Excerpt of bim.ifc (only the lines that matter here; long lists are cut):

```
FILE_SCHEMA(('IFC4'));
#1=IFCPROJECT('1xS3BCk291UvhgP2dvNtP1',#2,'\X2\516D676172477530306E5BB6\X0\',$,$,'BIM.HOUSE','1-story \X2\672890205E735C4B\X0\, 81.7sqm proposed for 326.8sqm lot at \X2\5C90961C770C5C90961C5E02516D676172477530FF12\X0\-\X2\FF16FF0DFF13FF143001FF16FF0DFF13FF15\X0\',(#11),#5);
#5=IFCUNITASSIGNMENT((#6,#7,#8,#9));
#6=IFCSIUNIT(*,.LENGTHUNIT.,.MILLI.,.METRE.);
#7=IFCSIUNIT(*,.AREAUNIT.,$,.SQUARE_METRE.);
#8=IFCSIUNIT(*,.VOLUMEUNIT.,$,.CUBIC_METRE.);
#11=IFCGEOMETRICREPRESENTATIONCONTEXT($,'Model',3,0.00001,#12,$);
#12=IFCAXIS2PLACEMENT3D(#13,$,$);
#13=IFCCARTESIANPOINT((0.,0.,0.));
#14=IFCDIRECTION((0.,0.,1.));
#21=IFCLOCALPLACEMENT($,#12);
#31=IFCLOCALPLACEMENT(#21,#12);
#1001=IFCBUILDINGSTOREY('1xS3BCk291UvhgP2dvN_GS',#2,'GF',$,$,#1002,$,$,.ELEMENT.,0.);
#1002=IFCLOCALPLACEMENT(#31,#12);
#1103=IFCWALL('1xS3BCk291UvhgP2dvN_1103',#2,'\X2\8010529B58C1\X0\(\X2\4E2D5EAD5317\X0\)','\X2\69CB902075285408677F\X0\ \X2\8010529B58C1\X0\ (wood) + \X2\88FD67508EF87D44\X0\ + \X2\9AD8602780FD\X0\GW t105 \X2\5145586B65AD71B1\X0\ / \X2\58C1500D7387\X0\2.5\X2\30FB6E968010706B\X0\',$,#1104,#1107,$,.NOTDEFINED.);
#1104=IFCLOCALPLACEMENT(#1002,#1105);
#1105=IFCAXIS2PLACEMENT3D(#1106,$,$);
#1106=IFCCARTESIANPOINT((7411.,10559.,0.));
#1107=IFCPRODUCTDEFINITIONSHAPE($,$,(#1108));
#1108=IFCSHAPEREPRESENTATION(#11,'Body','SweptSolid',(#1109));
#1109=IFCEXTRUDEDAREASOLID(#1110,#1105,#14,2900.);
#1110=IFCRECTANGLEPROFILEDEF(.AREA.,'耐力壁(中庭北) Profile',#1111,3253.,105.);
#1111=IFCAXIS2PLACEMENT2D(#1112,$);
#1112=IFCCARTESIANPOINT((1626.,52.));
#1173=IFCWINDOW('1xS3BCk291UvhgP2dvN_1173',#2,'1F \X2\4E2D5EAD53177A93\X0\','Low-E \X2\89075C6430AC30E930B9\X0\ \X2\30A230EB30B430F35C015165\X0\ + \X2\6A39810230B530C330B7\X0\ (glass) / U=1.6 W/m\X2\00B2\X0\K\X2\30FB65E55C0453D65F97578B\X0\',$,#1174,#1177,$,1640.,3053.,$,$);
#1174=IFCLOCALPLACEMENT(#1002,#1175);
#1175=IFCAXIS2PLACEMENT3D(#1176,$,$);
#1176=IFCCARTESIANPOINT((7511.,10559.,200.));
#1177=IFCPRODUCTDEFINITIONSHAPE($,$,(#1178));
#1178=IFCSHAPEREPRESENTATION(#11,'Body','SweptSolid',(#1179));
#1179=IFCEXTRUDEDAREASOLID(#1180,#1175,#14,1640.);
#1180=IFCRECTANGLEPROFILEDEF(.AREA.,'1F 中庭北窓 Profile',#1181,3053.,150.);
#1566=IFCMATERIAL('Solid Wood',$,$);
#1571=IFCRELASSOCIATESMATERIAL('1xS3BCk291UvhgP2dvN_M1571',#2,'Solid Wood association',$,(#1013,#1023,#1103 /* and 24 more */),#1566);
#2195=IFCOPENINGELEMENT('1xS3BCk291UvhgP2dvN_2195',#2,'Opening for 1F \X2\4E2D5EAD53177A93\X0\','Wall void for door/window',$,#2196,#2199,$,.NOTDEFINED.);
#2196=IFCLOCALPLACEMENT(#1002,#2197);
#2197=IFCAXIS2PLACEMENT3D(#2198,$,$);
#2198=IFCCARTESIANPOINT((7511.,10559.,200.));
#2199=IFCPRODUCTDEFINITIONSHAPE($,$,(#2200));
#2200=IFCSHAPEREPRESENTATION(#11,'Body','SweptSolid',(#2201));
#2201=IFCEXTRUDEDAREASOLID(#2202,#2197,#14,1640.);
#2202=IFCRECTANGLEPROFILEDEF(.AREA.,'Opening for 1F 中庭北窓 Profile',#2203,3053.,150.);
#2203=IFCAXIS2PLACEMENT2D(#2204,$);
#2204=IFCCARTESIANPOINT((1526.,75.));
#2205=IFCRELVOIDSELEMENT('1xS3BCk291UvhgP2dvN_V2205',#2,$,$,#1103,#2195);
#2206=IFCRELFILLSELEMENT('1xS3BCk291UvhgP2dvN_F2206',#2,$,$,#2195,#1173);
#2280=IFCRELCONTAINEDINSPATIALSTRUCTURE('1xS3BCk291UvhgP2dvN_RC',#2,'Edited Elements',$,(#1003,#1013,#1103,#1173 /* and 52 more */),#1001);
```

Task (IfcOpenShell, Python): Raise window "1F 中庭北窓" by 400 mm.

```python
import numpy as np
import ifcopenshell
import ifcopenshell.api.geometry
import ifcopenshell.util.placement
import ifcopenshell.util.unit

model = ifcopenshell.open("bim.ifc")
unit_scale = ifcopenshell.util.unit.calculate_unit_scale(model)

window = model.by_id(1173)
opening = window.FillsVoids[0].RelatingOpeningElement
dz = 0.4 / unit_scale

shift = np.array([0.0, 0.0, dz])
# The window is not placed relative to its opening, so move both.
for product in (opening, window):
    matrix = ifcopenshell.util.placement.get_local_placement(product.ObjectPlacement)
    matrix[:3, 3] += shift
    ifcopenshell.api.geometry.edit_object_placement(model, product=product, matrix=matrix, is_si=False)

print(f"moved by {dz * unit_scale:+.3f} m")

model.write("bim_edited.ifc")
```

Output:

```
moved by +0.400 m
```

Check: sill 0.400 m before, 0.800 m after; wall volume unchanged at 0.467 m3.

########

→ Prompt
Every entry above should be transcribed exactly as it appears.

→ Response to this task
Excerpt of bim.ifc (only the lines that matter here; long lists are cut):

```
FILE_SCHEMA(('IFC4'));
#1=IFCPROJECT('1xS3BCk291UvhgP2dvNtP1',#2,'\X2\516D676172477530306E5BB6\X0\',$,$,'BIM.HOUSE','1-story \X2\672890205E735C4B\X0\, 81.7sqm proposed for 326.8sqm lot at \X2\5C90961C770C5C90961C5E02516D676172477530FF12\X0\-\X2\FF16FF0DFF13FF143001FF16FF0DFF13FF15\X0\',(#11),#5);
#5=IFCUNITASSIGNMENT((#6,#7,#8,#9));
#6=IFCSIUNIT(*,.LENGTHUNIT.,.MILLI.,.METRE.);
#7=IFCSIUNIT(*,.AREAUNIT.,$,.SQUARE_METRE.);
#8=IFCSIUNIT(*,.VOLUMEUNIT.,$,.CUBIC_METRE.);
#11=IFCGEOMETRICREPRESENTATIONCONTEXT($,'Model',3,0.00001,#12,$);
#12=IFCAXIS2PLACEMENT3D(#13,$,$);
#13=IFCCARTESIANPOINT((0.,0.,0.));
#14=IFCDIRECTION((0.,0.,1.));
#21=IFCLOCALPLACEMENT($,#12);
#31=IFCLOCALPLACEMENT(#21,#12);
#1001=IFCBUILDINGSTOREY('1xS3BCk291UvhgP2dvN_GS',#2,'GF',$,$,#1002,$,$,.ELEMENT.,0.);
#1002=IFCLOCALPLACEMENT(#31,#12);
#1103=IFCWALL('1xS3BCk291UvhgP2dvN_1103',#2,'\X2\8010529B58C1\X0\(\X2\4E2D5EAD5317\X0\)','\X2\69CB902075285408677F\X0\ \X2\8010529B58C1\X0\ (wood) + \X2\88FD67508EF87D44\X0\ + \X2\9AD8602780FD\X0\GW t105 \X2\5145586B65AD71B1\X0\ / \X2\58C1500D7387\X0\2.5\X2\30FB6E968010706B\X0\',$,#1104,#1107,$,.NOTDEFINED.);
#1104=IFCLOCALPLACEMENT(#1002,#1105);
#1105=IFCAXIS2PLACEMENT3D(#1106,$,$);
#1106=IFCCARTESIANPOINT((7411.,10559.,0.));
#1107=IFCPRODUCTDEFINITIONSHAPE($,$,(#1108));
#1108=IFCSHAPEREPRESENTATION(#11,'Body','SweptSolid',(#1109));
#1109=IFCEXTRUDEDAREASOLID(#1110,#1105,#14,2900.);
#1110=IFCRECTANGLEPROFILEDEF(.AREA.,'耐力壁(中庭北) Profile',#1111,3253.,105.);
#1111=IFCAXIS2PLACEMENT2D(#1112,$);
#1112=IFCCARTESIANPOINT((1626.,52.));
#1173=IFCWINDOW('1xS3BCk291UvhgP2dvN_1173',#2,'1F \X2\4E2D5EAD53177A93\X0\','Low-E \X2\89075C6430AC30E930B9\X0\ \X2\30A230EB30B430F35C015165\X0\ + \X2\6A39810230B530C330B7\X0\ (glass) / U=1.6 W/m\X2\00B2\X0\K\X2\30FB65E55C0453D65F97578B\X0\',$,#1174,#1177,$,1640.,3053.,$,$);
#1174=IFCLOCALPLACEMENT(#1002,#1175);
#1175=IFCAXIS2PLACEMENT3D(#1176,$,$);
#1176=IFCCARTESIANPOINT((7511.,10559.,200.));
#1177=IFCPRODUCTDEFINITIONSHAPE($,$,(#1178));
#1178=IFCSHAPEREPRESENTATION(#11,'Body','SweptSolid',(#1179));
#1179=IFCEXTRUDEDAREASOLID(#1180,#1175,#14,1640.);
#1180=IFCRECTANGLEPROFILEDEF(.AREA.,'1F 中庭北窓 Profile',#1181,3053.,150.);
#1566=IFCMATERIAL('Solid Wood',$,$);
#1571=IFCRELASSOCIATESMATERIAL('1xS3BCk291UvhgP2dvN_M1571',#2,'Solid Wood association',$,(#1013,#1023,#1103 /* and 24 more */),#1566);
#2195=IFCOPENINGELEMENT('1xS3BCk291UvhgP2dvN_2195',#2,'Opening for 1F \X2\4E2D5EAD53177A93\X0\','Wall void for door/window',$,#2196,#2199,$,.NOTDEFINED.);
#2196=IFCLOCALPLACEMENT(#1002,#2197);
#2197=IFCAXIS2PLACEMENT3D(#2198,$,$);
#2198=IFCCARTESIANPOINT((7511.,10559.,200.));
#2199=IFCPRODUCTDEFINITIONSHAPE($,$,(#2200));
#2200=IFCSHAPEREPRESENTATION(#11,'Body','SweptSolid',(#2201));
#2201=IFCEXTRUDEDAREASOLID(#2202,#2197,#14,1640.);
#2202=IFCRECTANGLEPROFILEDEF(.AREA.,'Opening for 1F 中庭北窓 Profile',#2203,3053.,150.);
#2203=IFCAXIS2PLACEMENT2D(#2204,$);
#2204=IFCCARTESIANPOINT((1526.,75.));
#2205=IFCRELVOIDSELEMENT('1xS3BCk291UvhgP2dvN_V2205',#2,$,$,#1103,#2195);
#2206=IFCRELFILLSELEMENT('1xS3BCk291UvhgP2dvN_F2206',#2,$,$,#2195,#1173);
#2280=IFCRELCONTAINEDINSPATIALSTRUCTURE('1xS3BCk291UvhgP2dvN_RC',#2,'Edited Elements',$,(#1003,#1013,#1103,#1173 /* and 52 more */),#1001);
```

Task (IfcOpenShell, Python): Raise window "1F 中庭北窓" by 400 mm.

```python
import numpy as np
import ifcopenshell
import ifcopenshell.api.geometry
import ifcopenshell.util.placement
import ifcopenshell.util.unit

model = ifcopenshell.open("bim.ifc")
unit_scale = ifcopenshell.util.unit.calculate_unit_scale(model)

window = model.by_id(1173)
opening = window.FillsVoids[0].RelatingOpeningElement
dz = 0.4 / unit_scale

shift = np.array([0.0, 0.0, dz])
# The window is not placed relative to its opening, so move both.
for product in (opening, window):
    matrix = ifcopenshell.util.placement.get_local_placement(product.ObjectPlacement)
    matrix[:3, 3] += shift
    ifcopenshell.api.geometry.edit_object_placement(model, product=product, matrix=matrix, is_si=False)

print(f"moved by {dz * unit_scale:+.3f} m")

model.write("bim_edited.ifc")
```

Output:

```
moved by +0.400 m
```

Check: sill 0.400 m before, 0.800 m after; wall volume unchanged at 0.467 m3.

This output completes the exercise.